MI: This brings us to the matter of the central bank’s insistence that it can manage the whole situation to a “soft landing.” Is this possible, and does the Fed even know what’s going on?

MT: The Fed is very powerful and has demonstrated its willingness to use those powers to achieve its own goals and to satisfy the powers that are in control of the government. A statistical soft landing is a possibility, but not in this case. Real people, households, and companies are already being significantly harmed. It is not even desirable and only means more economic pain for more people for a longer period. Anyone in touch with today’s real economy such as business owners and private sector workers already feels the recessionary-inflationary conditions, despite GDP [gross domestic product] moving higher and a plethora of job openings.

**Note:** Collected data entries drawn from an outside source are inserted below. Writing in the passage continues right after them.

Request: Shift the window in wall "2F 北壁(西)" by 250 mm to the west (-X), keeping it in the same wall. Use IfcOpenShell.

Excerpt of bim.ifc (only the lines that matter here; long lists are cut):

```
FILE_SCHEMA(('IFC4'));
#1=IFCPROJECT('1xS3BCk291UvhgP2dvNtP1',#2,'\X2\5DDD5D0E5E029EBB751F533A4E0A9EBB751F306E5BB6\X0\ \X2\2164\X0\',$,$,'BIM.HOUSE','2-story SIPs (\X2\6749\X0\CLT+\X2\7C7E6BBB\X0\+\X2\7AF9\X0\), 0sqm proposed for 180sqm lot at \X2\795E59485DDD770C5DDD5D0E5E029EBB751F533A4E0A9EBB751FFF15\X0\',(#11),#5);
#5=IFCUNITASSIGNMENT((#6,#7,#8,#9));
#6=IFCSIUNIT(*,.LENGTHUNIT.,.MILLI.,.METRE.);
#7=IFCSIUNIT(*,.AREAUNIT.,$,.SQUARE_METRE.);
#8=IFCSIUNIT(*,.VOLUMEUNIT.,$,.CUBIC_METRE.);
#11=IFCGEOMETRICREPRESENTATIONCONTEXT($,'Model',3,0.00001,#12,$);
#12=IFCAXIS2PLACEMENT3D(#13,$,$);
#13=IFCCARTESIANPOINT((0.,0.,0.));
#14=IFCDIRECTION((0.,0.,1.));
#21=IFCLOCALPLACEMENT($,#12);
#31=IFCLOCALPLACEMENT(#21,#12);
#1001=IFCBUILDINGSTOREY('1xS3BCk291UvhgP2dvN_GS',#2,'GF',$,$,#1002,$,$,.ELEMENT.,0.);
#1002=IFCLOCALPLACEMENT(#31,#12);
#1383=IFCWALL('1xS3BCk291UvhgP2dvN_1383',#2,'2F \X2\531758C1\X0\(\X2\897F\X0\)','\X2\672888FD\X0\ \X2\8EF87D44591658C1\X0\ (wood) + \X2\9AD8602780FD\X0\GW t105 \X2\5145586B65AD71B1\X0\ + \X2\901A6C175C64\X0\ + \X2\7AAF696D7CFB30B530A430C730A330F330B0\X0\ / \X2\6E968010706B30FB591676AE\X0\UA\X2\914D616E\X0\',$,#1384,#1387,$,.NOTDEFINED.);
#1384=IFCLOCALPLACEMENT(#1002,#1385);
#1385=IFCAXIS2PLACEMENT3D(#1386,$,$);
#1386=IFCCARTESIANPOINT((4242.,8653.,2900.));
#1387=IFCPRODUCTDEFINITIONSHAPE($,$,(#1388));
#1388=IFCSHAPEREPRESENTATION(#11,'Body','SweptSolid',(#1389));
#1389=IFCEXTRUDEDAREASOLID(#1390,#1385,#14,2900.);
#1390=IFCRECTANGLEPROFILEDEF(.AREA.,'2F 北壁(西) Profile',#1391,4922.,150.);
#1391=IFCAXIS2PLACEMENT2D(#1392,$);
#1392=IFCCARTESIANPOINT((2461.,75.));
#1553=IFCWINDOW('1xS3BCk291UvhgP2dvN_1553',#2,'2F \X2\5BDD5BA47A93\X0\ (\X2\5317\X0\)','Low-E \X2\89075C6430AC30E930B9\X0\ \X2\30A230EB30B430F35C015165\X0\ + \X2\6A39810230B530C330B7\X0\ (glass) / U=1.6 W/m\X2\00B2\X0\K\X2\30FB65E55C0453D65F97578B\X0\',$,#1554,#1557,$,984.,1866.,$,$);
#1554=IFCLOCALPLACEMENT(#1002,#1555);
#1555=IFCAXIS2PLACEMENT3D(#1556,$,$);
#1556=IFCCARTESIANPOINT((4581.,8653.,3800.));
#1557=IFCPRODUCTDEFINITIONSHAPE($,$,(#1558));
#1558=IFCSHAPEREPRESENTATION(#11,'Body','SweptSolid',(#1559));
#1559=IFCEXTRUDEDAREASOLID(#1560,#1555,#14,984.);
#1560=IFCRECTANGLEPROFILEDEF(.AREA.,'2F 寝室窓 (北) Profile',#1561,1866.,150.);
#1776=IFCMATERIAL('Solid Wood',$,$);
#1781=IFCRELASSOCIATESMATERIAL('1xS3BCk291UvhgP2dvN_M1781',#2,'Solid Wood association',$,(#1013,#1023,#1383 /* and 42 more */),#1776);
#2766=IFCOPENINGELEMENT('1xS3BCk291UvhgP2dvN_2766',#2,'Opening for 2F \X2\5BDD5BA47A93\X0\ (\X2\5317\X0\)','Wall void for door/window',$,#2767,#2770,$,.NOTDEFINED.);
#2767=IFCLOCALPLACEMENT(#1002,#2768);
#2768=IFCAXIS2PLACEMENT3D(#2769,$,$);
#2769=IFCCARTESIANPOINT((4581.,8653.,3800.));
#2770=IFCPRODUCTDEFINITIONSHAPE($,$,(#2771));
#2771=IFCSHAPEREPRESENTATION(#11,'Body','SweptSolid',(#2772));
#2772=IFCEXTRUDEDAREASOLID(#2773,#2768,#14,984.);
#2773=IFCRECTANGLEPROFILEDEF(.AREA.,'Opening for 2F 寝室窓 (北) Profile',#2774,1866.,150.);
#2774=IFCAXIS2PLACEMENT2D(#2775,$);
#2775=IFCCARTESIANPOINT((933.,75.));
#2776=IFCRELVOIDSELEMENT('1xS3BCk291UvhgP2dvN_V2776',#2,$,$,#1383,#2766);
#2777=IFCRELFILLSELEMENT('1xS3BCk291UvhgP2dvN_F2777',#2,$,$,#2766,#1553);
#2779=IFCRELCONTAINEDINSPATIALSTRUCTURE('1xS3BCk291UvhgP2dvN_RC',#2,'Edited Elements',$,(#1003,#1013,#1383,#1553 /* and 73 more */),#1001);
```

```python
import ifcopenshell
import ifcopenshell.api.geometry
import ifcopenshell.util.placement
import ifcopenshell.util.unit

model = ifcopenshell.open("bim.ifc")
unit_scale = ifcopenshell.util.unit.calculate_unit_scale(model)

window = model.by_guid("1xS3BCk291UvhgP2dvN_1553")
opening = window.FillsVoids[0].RelatingOpeningElement
wall = opening.VoidsElements[0].RelatingBuildingElement

wall_matrix = ifcopenshell.util.placement.get_local_placement(wall.ObjectPlacement)
shift = wall_matrix[:3, 0] * -0.25 / unit_scale
before = ifcopenshell.util.placement.get_local_placement(window.ObjectPlacement)[:3, 3].copy()

# The window is not placed relative to its opening, so move both.
for product in (opening, window):
    matrix = ifcopenshell.util.placement.get_local_placement(product.ObjectPlacement)
    matrix[:3, 3] += shift
    ifcopenshell.api.geometry.edit_object_placement(model, product=product, matrix=matrix, is_si=False)

after = ifcopenshell.util.placement.get_local_placement(window.ObjectPlacement)[:3, 3]
print("window moved by", (after - before).round(3) + 0.0)

model.write("bim_edited.ifc")
```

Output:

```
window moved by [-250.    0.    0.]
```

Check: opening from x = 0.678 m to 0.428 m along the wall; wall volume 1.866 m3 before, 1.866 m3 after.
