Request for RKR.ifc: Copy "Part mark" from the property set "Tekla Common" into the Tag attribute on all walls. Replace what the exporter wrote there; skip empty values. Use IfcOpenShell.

First a look at what the model holds.

```python
import ifcopenshell
import ifcopenshell.util.element

model = ifcopenshell.open("RKR.ifc")
print(model.schema)
walls = model.by_type("IfcWall")
print(len(walls), "walls")
for e in walls[:8]:
    source = ifcopenshell.util.element.get_pset(e, "Tekla Common", "Part mark")
    target = e.Tag
    print(e.id(), repr(source), repr(target), sep=" | ")
```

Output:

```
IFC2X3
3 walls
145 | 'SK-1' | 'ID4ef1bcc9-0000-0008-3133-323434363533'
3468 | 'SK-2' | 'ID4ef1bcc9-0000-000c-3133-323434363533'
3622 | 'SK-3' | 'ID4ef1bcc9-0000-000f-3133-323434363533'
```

```python
import ifcopenshell
import ifcopenshell.util.element

model = ifcopenshell.open("RKR.ifc")

count = 0
for e in model.by_type("IfcWall"):
    value = ifcopenshell.util.element.get_pset(e, "Tekla Common", "Part mark")
    current = e.Tag
    if not value or not value.strip() or current == value:
        continue
    e.Tag = value
    count += 1

print(count, "walls updated")

model.write("RKR_edited.ifc")
```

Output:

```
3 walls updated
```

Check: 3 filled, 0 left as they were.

The Fed does not seem to care about the productive classes, but they do understand what’s going on. They know they face a great deal of uncertainty about the future, and they know the limitations of their backward-looking statistical methodology. Fed chairman Powell said it best in his recent speech at the Jackson Hole Fed conference, in which he concluded: “As is often the case, we are navigating by the stars under cloudy skies.”